Die Klage ist zulässig, aber nicht begründet. Gegenstand der Klage ist nach dem zuletzt in der mündlichen Verhandlung gestellten Klageantrag ausschließlich das Wiederaufgreifen des Verfahrens hinsichtlich der Feststellung nationaler Abschiebungsverbote.
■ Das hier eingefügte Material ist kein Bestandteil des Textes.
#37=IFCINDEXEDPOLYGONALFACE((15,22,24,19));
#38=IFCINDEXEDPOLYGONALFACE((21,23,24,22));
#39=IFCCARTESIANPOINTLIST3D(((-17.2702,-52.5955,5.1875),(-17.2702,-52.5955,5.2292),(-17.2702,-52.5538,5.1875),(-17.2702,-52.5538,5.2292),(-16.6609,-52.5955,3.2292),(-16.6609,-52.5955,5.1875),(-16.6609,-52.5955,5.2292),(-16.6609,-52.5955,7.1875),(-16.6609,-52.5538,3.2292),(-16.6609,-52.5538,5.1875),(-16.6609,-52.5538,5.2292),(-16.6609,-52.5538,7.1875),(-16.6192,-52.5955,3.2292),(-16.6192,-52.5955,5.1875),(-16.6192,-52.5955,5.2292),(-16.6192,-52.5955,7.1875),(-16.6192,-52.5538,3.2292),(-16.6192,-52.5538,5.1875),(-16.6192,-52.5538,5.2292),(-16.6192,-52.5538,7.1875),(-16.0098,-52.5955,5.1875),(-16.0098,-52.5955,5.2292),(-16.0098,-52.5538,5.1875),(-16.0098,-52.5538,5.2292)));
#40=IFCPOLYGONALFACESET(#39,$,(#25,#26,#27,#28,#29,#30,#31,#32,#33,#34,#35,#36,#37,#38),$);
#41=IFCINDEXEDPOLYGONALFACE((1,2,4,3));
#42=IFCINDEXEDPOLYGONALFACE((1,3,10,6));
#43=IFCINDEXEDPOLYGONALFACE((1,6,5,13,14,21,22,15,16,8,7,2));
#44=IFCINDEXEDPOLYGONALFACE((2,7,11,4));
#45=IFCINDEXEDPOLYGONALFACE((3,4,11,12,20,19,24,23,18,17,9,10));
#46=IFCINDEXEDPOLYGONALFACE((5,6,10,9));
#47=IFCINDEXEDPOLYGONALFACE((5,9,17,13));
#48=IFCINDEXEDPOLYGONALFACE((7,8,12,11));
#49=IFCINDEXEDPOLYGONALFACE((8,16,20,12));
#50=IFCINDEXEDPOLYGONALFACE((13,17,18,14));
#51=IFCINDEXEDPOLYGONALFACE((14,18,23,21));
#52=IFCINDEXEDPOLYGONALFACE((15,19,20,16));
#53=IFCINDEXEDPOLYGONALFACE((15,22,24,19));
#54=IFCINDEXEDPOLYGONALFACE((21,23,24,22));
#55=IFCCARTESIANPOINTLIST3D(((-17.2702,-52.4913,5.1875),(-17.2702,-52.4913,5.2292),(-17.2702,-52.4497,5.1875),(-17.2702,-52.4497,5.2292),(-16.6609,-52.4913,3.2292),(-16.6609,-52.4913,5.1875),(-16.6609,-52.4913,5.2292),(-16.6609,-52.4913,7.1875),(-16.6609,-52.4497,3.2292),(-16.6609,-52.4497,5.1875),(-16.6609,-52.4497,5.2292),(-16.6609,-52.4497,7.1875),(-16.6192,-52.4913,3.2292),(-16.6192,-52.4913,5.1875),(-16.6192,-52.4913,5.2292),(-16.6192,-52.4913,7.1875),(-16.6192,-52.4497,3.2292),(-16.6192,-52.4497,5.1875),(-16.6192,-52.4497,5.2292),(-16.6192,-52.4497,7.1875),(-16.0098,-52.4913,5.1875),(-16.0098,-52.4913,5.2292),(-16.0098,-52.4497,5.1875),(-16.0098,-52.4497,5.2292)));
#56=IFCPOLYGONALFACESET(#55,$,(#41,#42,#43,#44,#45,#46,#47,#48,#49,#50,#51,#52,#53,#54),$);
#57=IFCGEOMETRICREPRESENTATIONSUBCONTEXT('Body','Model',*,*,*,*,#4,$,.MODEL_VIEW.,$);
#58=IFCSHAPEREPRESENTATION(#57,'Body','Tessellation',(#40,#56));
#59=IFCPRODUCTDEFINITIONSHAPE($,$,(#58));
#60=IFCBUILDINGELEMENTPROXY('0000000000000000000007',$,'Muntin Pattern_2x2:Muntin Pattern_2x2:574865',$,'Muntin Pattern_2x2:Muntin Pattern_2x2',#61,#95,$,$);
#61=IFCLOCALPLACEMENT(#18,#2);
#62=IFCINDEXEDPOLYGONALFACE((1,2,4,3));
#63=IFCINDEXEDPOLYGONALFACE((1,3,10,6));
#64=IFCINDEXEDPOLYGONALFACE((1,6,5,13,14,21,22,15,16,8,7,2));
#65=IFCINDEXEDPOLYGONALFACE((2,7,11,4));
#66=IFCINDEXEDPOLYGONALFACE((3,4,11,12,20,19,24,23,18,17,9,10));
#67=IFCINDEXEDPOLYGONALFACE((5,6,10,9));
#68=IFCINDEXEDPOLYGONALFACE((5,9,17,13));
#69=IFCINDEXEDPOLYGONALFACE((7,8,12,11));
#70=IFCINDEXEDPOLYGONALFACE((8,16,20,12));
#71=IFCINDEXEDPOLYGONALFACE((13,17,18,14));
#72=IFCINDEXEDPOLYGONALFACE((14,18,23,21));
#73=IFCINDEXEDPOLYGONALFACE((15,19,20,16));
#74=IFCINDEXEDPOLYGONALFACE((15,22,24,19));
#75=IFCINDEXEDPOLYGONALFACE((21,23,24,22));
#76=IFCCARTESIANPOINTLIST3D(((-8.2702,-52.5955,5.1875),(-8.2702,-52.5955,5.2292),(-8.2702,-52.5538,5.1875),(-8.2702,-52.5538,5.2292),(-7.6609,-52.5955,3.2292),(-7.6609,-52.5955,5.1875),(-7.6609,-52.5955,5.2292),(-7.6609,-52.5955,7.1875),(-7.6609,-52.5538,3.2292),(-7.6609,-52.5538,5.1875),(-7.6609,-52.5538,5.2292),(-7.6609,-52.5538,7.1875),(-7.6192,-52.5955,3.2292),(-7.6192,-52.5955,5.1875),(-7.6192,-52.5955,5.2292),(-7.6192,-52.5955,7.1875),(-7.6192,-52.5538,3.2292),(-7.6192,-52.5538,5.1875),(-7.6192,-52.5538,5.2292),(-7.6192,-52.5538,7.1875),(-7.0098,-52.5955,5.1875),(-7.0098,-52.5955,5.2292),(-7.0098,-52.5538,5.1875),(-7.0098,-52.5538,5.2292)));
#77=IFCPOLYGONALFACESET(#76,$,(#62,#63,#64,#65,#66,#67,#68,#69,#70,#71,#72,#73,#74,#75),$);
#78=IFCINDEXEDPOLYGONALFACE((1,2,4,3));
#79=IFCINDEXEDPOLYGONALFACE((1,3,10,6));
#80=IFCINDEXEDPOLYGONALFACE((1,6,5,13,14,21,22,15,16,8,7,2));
Der Kläger hat jedoch keinen Anspruch auf Wiederaufgreifen seines Verfahrens und Feststellung von Abschiebungsverboten nach § 60 Abs. 5 und 7 Satz 1 AufenthG (§ 113 Abs. 5 Satz 1 VwGO). Auf die Ausführungen im angefochtenen Bescheid des Bundesamts wird Bezug genommen (§ 77 Abs. 2 AsylG) und ergänzend ausgeführt:
1. Die Voraussetzungen für ein Wiederaufgreifen des Verfahrens, soweit es die Feststellungen zu § 60 Abs. 5 und 7 Satz 1 AufenthG betrifft, liegen nicht vor.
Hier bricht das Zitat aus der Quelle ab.